The Burmese Home Affairs minister has already said that a motion seeking amnesty for Burma's political prisoners cannot be discussed in the new parliament, which was elected on Nov 7, 2010 in a vote dismissed as unfree by most observers. The army and the Union Solidarity and Development Party (USDP), which is dominated by retired soldiers, holds over 80% of seats at national and regional parliamentary levels. The amnesty motion was proposed by the National Democratic Force (NDF), a minor opposition party comprised of former members of Aung San Suu Kyi's National League for Democracy (NLD), which broke away after the NLD decided to boycott the 2010 elections, which it regarded as a facade aimed at perpetuating army rule in a civilian guise.
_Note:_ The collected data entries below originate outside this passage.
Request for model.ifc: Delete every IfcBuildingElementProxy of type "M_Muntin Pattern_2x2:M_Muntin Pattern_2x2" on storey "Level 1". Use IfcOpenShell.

First a look at what the model holds.

```python
import ifcopenshell
import ifcopenshell.util.element

model = ifcopenshell.open("model.ifc")
print(model.schema)
storey = next(s for s in model.by_type("IfcBuildingStorey") if s.Name == "Level 1")
proxies = [e for e in ifcopenshell.util.element.get_decomposition(storey) if e.is_a("IfcBuildingElementProxy")]
seen = {}
for e in proxies:
    element_type = ifcopenshell.util.element.get_type(e)
    name = element_type.Name if element_type not in (None, e) else None
    seen[name] = seen.get(name, 0) + 1
for name, count in sorted(seen.items(), key=str):
    print(count, "x", name)
```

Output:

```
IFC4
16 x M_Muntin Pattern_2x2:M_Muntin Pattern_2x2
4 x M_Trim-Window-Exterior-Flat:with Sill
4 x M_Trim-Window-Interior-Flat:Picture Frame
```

```python
import ifcopenshell
import ifcopenshell.api.root
import ifcopenshell.util.element

model = ifcopenshell.open("model.ifc")

storey = next(s for s in model.by_type("IfcBuildingStorey") if s.Name == "Level 1")
proxies = [e for e in ifcopenshell.util.element.get_decomposition(storey) if e.is_a("IfcBuildingElementProxy")]
targets = [e for e in proxies if (t := ifcopenshell.util.element.get_type(e)) not in (None, e) and t.Name == "M_Muntin Pattern_2x2:M_Muntin Pattern_2x2"]

for e in targets:
    ifcopenshell.api.root.remove_product(model, product=e)
print(len(targets), "removed")

model.write("model-out.ifc")
```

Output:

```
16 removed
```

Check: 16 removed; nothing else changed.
In the complaint against the Burmese government lodged at the ILO, ten union-affiliated political prisoners were mentioned. In response, the Burmese government told the ILO that the detainees are all criminals, in keeping with the official position that there are no political prisoners in Burma.The Burmese statement added that the prisoners are all being well-treated and are in good health. However the Assistance Association for Political Prisoners (AAPP) told The Irrawaddy that some of the names listed in the ILO documentation are in poor health and have been denied medical treatment in the various prisons across Burma where they are jailed. The AAPP is a Thailand-based organization which keeps track of prisoners of conscience in Burma.
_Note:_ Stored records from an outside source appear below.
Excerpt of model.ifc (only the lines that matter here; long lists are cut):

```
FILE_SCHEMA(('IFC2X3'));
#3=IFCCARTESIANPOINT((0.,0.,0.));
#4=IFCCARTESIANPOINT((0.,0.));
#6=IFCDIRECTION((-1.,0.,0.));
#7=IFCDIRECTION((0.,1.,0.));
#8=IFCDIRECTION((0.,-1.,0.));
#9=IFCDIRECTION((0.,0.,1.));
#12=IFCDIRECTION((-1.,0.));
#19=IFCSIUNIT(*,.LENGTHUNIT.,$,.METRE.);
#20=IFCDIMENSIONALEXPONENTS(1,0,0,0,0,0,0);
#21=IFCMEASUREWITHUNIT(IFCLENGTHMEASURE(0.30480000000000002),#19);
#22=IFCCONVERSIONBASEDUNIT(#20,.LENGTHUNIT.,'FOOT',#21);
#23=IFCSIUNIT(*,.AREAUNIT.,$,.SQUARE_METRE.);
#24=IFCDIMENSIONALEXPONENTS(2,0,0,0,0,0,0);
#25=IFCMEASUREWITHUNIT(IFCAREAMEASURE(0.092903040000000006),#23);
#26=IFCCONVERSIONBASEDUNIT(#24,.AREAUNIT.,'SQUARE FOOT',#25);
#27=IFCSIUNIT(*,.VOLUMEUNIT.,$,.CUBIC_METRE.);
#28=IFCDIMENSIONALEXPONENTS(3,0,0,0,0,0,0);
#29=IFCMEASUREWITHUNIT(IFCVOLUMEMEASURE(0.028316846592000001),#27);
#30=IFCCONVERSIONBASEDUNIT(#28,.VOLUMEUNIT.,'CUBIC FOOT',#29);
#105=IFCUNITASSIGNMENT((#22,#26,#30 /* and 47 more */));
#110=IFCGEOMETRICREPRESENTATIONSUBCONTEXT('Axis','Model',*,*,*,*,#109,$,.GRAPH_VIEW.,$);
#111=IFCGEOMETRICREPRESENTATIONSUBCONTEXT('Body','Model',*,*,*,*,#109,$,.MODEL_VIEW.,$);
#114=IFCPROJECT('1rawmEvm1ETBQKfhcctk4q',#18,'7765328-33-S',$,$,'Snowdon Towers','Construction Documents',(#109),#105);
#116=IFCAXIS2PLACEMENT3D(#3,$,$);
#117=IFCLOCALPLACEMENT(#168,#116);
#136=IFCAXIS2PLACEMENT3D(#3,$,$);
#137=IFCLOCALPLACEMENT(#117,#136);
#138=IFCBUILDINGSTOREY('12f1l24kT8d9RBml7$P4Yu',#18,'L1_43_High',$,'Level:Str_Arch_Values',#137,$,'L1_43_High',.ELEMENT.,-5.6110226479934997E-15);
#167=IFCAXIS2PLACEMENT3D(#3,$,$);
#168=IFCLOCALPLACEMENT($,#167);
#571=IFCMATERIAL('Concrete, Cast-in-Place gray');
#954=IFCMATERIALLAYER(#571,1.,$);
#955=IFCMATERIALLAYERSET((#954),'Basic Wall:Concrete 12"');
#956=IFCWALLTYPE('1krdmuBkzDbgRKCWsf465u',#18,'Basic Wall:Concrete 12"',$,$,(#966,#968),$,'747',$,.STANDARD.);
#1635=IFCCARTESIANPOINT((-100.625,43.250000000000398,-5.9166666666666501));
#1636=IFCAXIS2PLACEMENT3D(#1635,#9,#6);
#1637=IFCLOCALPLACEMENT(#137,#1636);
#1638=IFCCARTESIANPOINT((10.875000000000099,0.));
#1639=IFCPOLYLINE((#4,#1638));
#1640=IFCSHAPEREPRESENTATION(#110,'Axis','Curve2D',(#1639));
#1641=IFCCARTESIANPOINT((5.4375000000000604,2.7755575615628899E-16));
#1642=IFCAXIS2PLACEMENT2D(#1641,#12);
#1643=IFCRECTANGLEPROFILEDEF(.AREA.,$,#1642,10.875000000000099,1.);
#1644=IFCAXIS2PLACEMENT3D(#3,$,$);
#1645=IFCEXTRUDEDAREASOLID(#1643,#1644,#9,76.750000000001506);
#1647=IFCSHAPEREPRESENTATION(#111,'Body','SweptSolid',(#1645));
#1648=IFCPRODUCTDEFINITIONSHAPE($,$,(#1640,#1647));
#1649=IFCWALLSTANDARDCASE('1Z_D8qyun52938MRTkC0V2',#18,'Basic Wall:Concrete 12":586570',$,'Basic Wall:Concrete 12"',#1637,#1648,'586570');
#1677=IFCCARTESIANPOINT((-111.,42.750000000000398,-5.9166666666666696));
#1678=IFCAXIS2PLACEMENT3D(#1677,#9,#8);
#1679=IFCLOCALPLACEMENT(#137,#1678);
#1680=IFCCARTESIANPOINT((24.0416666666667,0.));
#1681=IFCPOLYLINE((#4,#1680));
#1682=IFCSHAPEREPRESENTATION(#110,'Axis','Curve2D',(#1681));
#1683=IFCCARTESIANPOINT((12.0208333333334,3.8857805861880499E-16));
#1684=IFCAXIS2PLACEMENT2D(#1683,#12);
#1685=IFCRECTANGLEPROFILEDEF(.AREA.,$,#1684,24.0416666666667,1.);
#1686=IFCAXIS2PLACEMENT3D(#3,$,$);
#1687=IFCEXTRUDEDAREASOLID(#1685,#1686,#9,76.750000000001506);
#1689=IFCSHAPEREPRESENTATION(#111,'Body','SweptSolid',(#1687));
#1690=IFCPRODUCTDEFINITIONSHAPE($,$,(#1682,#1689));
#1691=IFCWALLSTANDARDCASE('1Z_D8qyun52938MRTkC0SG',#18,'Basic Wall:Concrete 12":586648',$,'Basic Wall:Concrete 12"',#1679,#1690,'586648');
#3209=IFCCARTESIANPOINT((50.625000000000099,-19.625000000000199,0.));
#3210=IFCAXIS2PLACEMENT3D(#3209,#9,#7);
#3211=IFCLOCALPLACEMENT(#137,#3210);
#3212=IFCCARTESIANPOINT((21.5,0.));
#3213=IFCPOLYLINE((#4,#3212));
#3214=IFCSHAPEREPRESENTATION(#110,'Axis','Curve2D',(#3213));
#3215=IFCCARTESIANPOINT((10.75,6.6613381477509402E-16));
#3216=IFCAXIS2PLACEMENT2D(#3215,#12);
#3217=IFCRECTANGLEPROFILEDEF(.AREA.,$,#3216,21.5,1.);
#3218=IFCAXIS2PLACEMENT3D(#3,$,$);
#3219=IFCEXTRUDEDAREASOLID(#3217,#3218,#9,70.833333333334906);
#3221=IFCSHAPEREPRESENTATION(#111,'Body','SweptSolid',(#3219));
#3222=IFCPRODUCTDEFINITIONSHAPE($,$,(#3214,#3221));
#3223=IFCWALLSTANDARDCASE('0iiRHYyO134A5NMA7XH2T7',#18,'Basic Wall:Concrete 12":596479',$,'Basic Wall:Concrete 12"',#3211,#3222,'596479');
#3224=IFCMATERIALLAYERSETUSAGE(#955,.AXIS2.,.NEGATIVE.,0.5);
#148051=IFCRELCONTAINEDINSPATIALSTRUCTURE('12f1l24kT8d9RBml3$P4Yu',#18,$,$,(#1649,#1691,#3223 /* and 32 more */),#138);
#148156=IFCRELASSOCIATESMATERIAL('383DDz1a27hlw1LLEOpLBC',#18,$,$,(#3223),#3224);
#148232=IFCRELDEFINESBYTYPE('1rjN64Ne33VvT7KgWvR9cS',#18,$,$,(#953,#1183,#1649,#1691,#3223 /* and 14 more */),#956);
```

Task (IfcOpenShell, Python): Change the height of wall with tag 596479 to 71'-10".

```python
import ifcopenshell
import ifcopenshell.geom
import ifcopenshell.util.representation
import ifcopenshell.util.shape
import ifcopenshell.util.unit

model = ifcopenshell.open("model.ifc")
unit_scale = ifcopenshell.util.unit.calculate_unit_scale(model)
settings = ifcopenshell.geom.settings()


def volume(element):
    """Net volume in cubic metres, openings subtracted."""
    shape = ifcopenshell.geom.create_shape(settings, element)
    return ifcopenshell.util.shape.get_volume(shape.geometry)


wall = model.by_id(3223)
before = volume(wall)

body = ifcopenshell.util.representation.get_representation(wall, "Model", "Body")
solid = body.Items[0]
old_height = solid.Depth
solid.Depth = 862 * 0.0254 / unit_scale
after = volume(wall)

print(f"height {old_height:g} -> {solid.Depth:g}, volume {before:.3f} -> {after:.3f} m3")

model.write("model_updated.ifc")
```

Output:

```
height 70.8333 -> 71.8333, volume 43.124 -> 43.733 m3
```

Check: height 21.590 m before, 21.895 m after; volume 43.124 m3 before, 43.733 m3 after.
While workers rights are routinely violated in Burma, according to human rights organizations, the ILO is working with the Burmese government to eradicate forced labor, one of the many transgressions noted in the latest ILO country report on Burma. According to the ILO statement, there are many forced-labor abuses taking place in Burma, such as “the exaction of forced labor by the civilian authorities and by the military, prison labor, forced labor related to the right to land use/occupancy, trafficking for forced labor and forced labor associated with both formal and informal sector commercial activities.”
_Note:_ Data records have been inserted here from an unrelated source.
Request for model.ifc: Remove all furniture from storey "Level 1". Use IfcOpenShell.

First a look at what the model holds.

```python
import ifcopenshell
import ifcopenshell.util.element

model = ifcopenshell.open("model.ifc")
print(model.schema)
storey = next(s for s in model.by_type("IfcBuildingStorey") if s.Name == "Level 1")
furniture = [e for e in ifcopenshell.util.element.get_decomposition(storey) if e.is_a("IfcFurnishingElement")]
seen = {}
for e in furniture:
    element_type = ifcopenshell.util.element.get_type(e)
    name = element_type.Name if element_type not in (None, e) else None
    seen[name] = seen.get(name, 0) + 1
for name, count in sorted(seen.items(), key=str):
    print(count, "x", name)
```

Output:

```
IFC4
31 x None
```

```python
import ifcopenshell
import ifcopenshell.api.root
import ifcopenshell.util.element

model = ifcopenshell.open("model.ifc")

storey = next(s for s in model.by_type("IfcBuildingStorey") if s.Name == "Level 1")
furniture = [e for e in ifcopenshell.util.element.get_decomposition(storey) if e.is_a("IfcFurnishingElement")]

for e in furniture:
    ifcopenshell.api.root.remove_product(model, product=e)
print(len(furniture), "removed")

model.write("model-out.ifc")
```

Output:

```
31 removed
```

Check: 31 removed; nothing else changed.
The ILO notes that Burmese petitions to a complaints mechanism established in 2007 are increasing, reflecting what it believes is growing public awareness that some redress against worker rights violations is possible. The ILO says that “during the period from 21 October 2010 to 21 February 2011, a total of 127 new complaints were received, bringing the total number of complaints received since the inception of the complaints mechanism to 630.”
However, in a cautionary note, the ILO says that the government complaints concerning forced labor do not appear to be given the same level of priority as those about underage recruitment into the army, citing “ considerable delays being experienced before any response is received.” The ILO lamented that “in the case of complaints concerning the armed forces, the responses that are received usually make reference to voluntary community work or to citizens’ duties, or do not accept the complaint as genuine.”